Raw data:
= = = = =

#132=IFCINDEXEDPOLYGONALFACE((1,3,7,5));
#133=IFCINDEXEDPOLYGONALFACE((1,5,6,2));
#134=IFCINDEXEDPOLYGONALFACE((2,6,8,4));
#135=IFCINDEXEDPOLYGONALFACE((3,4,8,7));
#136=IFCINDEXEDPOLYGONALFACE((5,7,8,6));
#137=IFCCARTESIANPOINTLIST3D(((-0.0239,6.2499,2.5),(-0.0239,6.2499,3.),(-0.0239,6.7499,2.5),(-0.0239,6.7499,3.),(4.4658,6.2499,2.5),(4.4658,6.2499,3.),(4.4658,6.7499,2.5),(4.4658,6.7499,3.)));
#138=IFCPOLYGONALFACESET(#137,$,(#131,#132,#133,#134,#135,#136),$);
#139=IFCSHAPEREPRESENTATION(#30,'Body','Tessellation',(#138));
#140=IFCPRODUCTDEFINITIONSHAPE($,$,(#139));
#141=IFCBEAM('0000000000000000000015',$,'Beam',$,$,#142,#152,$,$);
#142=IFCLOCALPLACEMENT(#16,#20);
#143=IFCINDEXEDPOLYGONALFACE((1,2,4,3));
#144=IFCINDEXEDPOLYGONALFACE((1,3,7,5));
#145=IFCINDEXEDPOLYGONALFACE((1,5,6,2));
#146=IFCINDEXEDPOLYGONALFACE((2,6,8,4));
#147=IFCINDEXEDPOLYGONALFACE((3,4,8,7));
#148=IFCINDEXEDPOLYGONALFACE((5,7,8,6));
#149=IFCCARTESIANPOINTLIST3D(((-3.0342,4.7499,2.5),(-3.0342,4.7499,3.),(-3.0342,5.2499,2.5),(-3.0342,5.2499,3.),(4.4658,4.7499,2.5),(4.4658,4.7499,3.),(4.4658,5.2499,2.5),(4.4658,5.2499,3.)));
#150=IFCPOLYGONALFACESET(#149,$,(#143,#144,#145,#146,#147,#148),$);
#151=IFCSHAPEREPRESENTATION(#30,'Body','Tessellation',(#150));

= = = = =

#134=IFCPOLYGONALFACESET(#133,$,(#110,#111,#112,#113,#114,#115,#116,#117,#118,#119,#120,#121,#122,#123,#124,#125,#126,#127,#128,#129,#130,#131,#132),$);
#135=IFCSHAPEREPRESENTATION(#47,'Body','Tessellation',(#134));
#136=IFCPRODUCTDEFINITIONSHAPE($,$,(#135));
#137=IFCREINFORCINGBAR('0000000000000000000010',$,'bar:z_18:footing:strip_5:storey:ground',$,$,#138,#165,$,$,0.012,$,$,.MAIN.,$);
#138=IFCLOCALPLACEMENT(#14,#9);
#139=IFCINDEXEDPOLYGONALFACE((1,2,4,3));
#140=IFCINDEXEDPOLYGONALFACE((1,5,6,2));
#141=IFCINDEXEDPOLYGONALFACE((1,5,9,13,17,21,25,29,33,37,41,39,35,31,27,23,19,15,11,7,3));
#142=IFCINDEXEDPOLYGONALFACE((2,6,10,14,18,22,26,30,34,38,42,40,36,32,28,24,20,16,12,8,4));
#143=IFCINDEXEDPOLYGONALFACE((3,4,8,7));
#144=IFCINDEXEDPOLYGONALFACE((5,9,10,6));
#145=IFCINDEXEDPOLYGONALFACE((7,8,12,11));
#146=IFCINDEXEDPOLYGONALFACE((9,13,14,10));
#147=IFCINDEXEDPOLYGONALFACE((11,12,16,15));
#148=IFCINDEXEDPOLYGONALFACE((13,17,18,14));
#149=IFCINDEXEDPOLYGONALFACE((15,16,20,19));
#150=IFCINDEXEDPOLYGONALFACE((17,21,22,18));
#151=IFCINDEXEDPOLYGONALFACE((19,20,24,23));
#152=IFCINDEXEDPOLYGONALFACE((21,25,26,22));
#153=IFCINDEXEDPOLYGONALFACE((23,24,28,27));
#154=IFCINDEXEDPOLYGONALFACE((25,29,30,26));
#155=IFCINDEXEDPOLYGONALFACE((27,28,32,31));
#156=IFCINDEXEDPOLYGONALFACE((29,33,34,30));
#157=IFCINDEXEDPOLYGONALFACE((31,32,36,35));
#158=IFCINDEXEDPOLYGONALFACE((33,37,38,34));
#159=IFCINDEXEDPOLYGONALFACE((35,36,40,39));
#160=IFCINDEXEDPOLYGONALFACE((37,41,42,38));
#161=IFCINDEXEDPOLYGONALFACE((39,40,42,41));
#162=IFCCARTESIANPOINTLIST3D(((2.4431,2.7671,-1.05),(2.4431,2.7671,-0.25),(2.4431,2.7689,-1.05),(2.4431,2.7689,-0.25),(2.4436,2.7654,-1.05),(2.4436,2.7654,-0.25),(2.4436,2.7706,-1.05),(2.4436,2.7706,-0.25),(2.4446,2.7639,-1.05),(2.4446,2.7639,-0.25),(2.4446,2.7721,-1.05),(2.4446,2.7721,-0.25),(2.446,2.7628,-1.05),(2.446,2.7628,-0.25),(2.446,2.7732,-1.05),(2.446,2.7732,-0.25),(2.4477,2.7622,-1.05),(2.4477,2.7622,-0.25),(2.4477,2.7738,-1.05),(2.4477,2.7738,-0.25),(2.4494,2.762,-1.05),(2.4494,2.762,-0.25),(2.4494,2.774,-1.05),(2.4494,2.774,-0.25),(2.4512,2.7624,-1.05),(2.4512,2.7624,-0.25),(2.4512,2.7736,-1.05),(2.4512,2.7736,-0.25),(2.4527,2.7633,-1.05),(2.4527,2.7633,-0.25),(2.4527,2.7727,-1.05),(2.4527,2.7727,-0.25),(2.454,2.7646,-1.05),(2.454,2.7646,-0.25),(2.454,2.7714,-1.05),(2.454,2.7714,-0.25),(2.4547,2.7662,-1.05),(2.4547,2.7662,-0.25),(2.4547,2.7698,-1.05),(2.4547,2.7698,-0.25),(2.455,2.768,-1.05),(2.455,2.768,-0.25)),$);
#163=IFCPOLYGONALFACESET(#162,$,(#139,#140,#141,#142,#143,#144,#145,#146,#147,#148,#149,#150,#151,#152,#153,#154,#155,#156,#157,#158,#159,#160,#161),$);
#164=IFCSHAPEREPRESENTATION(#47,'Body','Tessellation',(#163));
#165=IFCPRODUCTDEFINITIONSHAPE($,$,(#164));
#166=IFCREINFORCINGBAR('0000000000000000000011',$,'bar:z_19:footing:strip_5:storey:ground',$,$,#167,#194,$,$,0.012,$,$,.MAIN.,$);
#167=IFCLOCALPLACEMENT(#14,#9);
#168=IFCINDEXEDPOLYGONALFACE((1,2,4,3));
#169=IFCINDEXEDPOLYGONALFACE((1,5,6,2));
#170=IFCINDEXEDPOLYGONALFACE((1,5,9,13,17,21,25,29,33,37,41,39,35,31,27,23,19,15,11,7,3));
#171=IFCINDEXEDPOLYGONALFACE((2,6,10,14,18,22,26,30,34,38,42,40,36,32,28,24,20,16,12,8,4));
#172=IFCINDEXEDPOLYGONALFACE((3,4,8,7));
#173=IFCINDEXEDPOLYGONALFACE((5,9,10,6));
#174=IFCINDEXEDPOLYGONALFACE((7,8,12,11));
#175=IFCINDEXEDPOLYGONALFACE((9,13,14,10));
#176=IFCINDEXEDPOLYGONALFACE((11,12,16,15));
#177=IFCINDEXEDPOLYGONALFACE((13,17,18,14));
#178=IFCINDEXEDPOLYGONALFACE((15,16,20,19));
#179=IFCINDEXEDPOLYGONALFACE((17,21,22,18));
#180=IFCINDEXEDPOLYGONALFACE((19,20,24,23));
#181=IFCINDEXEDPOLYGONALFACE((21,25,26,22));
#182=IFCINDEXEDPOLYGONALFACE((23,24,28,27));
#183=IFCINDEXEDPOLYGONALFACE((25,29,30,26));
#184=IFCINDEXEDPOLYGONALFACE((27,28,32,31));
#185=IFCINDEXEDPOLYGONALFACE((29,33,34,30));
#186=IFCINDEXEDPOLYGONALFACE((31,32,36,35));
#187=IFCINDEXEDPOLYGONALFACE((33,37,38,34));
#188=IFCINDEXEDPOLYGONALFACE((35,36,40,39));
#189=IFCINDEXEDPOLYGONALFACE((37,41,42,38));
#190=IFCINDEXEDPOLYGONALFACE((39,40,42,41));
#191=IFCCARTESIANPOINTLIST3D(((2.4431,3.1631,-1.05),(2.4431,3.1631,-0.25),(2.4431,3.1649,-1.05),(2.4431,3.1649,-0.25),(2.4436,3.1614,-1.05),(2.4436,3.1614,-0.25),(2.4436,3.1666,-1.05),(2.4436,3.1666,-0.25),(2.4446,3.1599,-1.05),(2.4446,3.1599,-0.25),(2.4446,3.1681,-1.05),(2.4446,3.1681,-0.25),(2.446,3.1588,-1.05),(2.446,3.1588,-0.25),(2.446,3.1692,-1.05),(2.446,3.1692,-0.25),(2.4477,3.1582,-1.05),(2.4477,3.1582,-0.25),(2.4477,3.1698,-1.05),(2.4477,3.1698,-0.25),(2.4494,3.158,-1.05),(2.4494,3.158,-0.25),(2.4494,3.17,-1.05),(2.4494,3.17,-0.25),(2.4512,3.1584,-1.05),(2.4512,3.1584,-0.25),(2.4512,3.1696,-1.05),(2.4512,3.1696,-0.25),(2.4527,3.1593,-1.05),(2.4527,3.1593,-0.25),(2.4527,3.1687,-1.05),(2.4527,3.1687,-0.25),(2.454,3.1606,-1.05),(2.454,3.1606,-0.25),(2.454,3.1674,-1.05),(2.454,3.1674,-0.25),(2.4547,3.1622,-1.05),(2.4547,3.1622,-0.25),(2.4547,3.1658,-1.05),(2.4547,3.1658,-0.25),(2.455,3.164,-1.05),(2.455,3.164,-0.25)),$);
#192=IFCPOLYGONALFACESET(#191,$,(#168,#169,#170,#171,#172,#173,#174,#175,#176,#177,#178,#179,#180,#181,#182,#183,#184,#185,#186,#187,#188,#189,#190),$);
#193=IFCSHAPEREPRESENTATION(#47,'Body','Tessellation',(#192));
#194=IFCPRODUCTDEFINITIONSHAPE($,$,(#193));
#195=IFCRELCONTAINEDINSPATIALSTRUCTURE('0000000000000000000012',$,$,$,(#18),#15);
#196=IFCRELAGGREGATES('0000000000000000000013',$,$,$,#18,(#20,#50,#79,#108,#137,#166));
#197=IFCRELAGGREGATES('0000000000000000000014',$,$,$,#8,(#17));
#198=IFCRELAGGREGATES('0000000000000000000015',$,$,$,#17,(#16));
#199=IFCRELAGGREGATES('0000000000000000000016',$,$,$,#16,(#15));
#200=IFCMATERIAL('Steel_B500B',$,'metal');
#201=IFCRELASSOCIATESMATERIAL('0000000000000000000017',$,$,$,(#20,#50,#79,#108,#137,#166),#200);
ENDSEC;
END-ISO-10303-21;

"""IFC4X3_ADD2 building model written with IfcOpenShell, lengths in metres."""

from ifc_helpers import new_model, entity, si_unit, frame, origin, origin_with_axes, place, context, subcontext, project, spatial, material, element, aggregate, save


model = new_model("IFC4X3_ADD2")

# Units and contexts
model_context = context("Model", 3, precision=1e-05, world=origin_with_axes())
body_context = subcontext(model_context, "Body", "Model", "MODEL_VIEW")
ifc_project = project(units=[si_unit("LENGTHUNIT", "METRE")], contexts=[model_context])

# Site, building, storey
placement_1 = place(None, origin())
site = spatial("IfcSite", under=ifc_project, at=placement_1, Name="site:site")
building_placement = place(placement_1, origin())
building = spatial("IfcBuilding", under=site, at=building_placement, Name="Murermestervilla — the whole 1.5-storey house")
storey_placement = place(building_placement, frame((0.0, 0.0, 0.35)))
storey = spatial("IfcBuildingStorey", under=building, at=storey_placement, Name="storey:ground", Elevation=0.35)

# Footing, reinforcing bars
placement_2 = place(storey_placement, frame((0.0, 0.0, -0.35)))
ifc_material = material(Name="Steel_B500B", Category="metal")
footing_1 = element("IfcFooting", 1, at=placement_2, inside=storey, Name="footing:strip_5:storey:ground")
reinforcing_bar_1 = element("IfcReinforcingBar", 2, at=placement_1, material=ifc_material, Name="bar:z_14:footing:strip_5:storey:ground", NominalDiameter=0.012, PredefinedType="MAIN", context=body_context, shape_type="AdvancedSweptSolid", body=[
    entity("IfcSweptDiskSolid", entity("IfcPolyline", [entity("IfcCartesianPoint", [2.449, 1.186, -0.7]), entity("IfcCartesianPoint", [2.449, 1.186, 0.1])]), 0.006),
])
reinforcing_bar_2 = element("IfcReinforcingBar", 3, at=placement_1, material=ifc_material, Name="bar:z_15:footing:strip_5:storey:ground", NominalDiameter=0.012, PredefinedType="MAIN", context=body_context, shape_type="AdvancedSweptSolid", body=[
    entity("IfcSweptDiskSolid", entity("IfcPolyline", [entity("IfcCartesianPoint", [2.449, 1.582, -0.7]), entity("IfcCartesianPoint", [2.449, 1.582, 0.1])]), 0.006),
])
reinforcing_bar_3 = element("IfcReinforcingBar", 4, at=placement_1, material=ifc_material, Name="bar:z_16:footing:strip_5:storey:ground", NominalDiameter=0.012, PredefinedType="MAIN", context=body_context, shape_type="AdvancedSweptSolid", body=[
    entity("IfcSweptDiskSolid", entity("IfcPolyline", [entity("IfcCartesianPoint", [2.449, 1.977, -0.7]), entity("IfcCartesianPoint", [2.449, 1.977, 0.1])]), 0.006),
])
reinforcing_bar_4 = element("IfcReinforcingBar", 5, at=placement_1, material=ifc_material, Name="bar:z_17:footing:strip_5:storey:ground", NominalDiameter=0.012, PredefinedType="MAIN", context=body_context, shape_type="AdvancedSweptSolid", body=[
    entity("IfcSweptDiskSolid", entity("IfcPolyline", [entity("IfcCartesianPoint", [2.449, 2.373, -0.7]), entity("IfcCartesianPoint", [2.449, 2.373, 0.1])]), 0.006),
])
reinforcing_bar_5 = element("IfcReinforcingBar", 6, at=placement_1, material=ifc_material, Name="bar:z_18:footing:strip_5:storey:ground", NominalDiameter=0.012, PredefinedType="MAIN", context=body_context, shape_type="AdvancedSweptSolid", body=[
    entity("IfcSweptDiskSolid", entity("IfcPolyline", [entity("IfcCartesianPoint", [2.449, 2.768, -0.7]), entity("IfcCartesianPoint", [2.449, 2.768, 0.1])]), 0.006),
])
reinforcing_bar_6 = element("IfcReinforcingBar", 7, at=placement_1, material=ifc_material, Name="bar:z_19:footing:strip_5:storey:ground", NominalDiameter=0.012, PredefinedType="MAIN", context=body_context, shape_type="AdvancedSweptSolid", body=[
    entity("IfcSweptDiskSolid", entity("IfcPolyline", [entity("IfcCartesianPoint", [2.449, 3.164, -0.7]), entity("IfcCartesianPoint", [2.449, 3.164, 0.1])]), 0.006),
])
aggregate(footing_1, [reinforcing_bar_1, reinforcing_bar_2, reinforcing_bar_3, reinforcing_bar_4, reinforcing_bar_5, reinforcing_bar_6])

= = = = =

How to complete this task: Return all lines of the material above in which the word "NominalDiameter" occurs.

Expected answer:
reinforcing_bar_1 = element("IfcReinforcingBar", 2, at=placement_1, material=ifc_material, Name="bar:z_14:footing:strip_5:storey:ground", NominalDiameter=0.012, PredefinedType="MAIN", context=body_context, shape_type="AdvancedSweptSolid", body=[
reinforcing_bar_2 = element("IfcReinforcingBar", 3, at=placement_1, material=ifc_material, Name="bar:z_15:footing:strip_5:storey:ground", NominalDiameter=0.012, PredefinedType="MAIN", context=body_context, shape_type="AdvancedSweptSolid", body=[
reinforcing_bar_3 = element("IfcReinforcingBar", 4, at=placement_1, material=ifc_material, Name="bar:z_16:footing:strip_5:storey:ground", NominalDiameter=0.012, PredefinedType="MAIN", context=body_context, shape_type="AdvancedSweptSolid", body=[
reinforcing_bar_4 = element("IfcReinforcingBar", 5, at=placement_1, material=ifc_material, Name="bar:z_17:footing:strip_5:storey:ground", NominalDiameter=0.012, PredefinedType="MAIN", context=body_context, shape_type="AdvancedSweptSolid", body=[
reinforcing_bar_5 = element("IfcReinforcingBar", 6, at=placement_1, material=ifc_material, Name="bar:z_18:footing:strip_5:storey:ground", NominalDiameter=0.012, PredefinedType="MAIN", context=body_context, shape_type="AdvancedSweptSolid", body=[
reinforcing_bar_6 = element("IfcReinforcingBar", 7, at=placement_1, material=ifc_material, Name="bar:z_19:footing:strip_5:storey:ground", NominalDiameter=0.012, PredefinedType="MAIN", context=body_context, shape_type="AdvancedSweptSolid", body=[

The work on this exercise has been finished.